In 1980, agriculture accounted for 3.4 percent of employment in the United States, and that share had fallen to 1.6 percent by 2011. Germany, Canada, and the United Kingdom had similarly low shares of their total employment in agriculture in 1980, and all three countries saw those shares decline by 2011. The Republic of Korea (commonly called South Korea), France, and Japan had larger employment shares in agriculture in 1980; all three countries saw those shares drop sharply by 2011.
Employment in industry—which includes manufacturing, mining, and construction—declined as a share of total employment in all the countries shown in the chart.

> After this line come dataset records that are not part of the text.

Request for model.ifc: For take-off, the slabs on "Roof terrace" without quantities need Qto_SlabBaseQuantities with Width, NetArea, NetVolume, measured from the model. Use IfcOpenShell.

First a look at what the model holds.

```python
import ifcopenshell
import ifcopenshell.util.element
import ifcopenshell.util.unit

model = ifcopenshell.open("model.ifc")
print(model.schema)
for unit_type in ("LENGTHUNIT", "AREAUNIT", "VOLUMEUNIT"):
    print(unit_type, ifcopenshell.util.unit.calculate_unit_scale(model, unit_type))
storey = next(s for s in model.by_type("IfcBuildingStorey") if s.Name == "Roof terrace")
slabs = [e for e in ifcopenshell.util.element.get_decomposition(storey) if e.is_a("IfcSlab")]
for e in sorted(slabs, key=lambda e: e.id()):
    print(e.id(), e.is_a(), e.Name, list(ifcopenshell.util.element.get_psets(e, qtos_only=True)), sep=" | ")
```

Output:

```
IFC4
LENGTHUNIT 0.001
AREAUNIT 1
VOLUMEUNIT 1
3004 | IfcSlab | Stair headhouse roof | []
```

```python
import ifcopenshell
import ifcopenshell.api.pset
import ifcopenshell.geom
import ifcopenshell.util.element
import ifcopenshell.util.shape
import ifcopenshell.util.unit

model = ifcopenshell.open("model.ifc")
unit_scale = ifcopenshell.util.unit.calculate_unit_scale(model)
area_scale = ifcopenshell.util.unit.calculate_unit_scale(model, "AREAUNIT")
volume_scale = ifcopenshell.util.unit.calculate_unit_scale(model, "VOLUMEUNIT")
settings = ifcopenshell.geom.settings()

storey = next(s for s in model.by_type("IfcBuildingStorey") if s.Name == "Roof terrace")
slabs = [e for e in ifcopenshell.util.element.get_decomposition(storey) if e.is_a("IfcSlab")]

for e in sorted(slabs, key=lambda e: e.id()):
    if ifcopenshell.util.element.get_psets(e, qtos_only=True, should_inherit=False):
        continue
    # Geometry comes back in metres, in the element's own axes.
    shape = ifcopenshell.geom.create_shape(settings, e)
    values = {
        "Width": ifcopenshell.util.shape.get_z(shape.geometry) / unit_scale,
        "NetArea": ifcopenshell.util.shape.get_footprint_area(shape.geometry) / area_scale,
        "NetVolume": ifcopenshell.util.shape.get_volume(shape.geometry) / volume_scale,
    }
    qto = ifcopenshell.api.pset.add_qto(model, product=e, name="Qto_SlabBaseQuantities")
    ifcopenshell.api.pset.edit_qto(model, qto=qto, properties=values)
    print(e.id(), {k: round(v, 3) for k, v in values.items()})

model.write("model-out.ifc")
```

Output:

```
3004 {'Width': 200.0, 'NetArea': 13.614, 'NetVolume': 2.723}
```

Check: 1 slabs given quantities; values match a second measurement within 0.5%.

At the same time, services accounted for a larger share of employment in each country in 2011 than in 1980. About 8 in 10 workers in the United States, Canada, the United Kingdom, and France were employed in services in 2011. About 7 in 10 workers in Germany, Japan, and South Korea were employed in services in 2011.
These data are from the International Labor Comparisons program. For more information, see "International Comparisons of Annual Labor Force Statistics, Adjusted to U.S. Concepts, 16 Countries, 1970-2011," (HTML) (PDF). Data for Germany in 1980 include only West Germany. Agriculture includes agriculture, forestry, hunting, and fishing. Services include transportation, communication, public utilities, trade, finance, public administration, private household services, and miscellaneous services.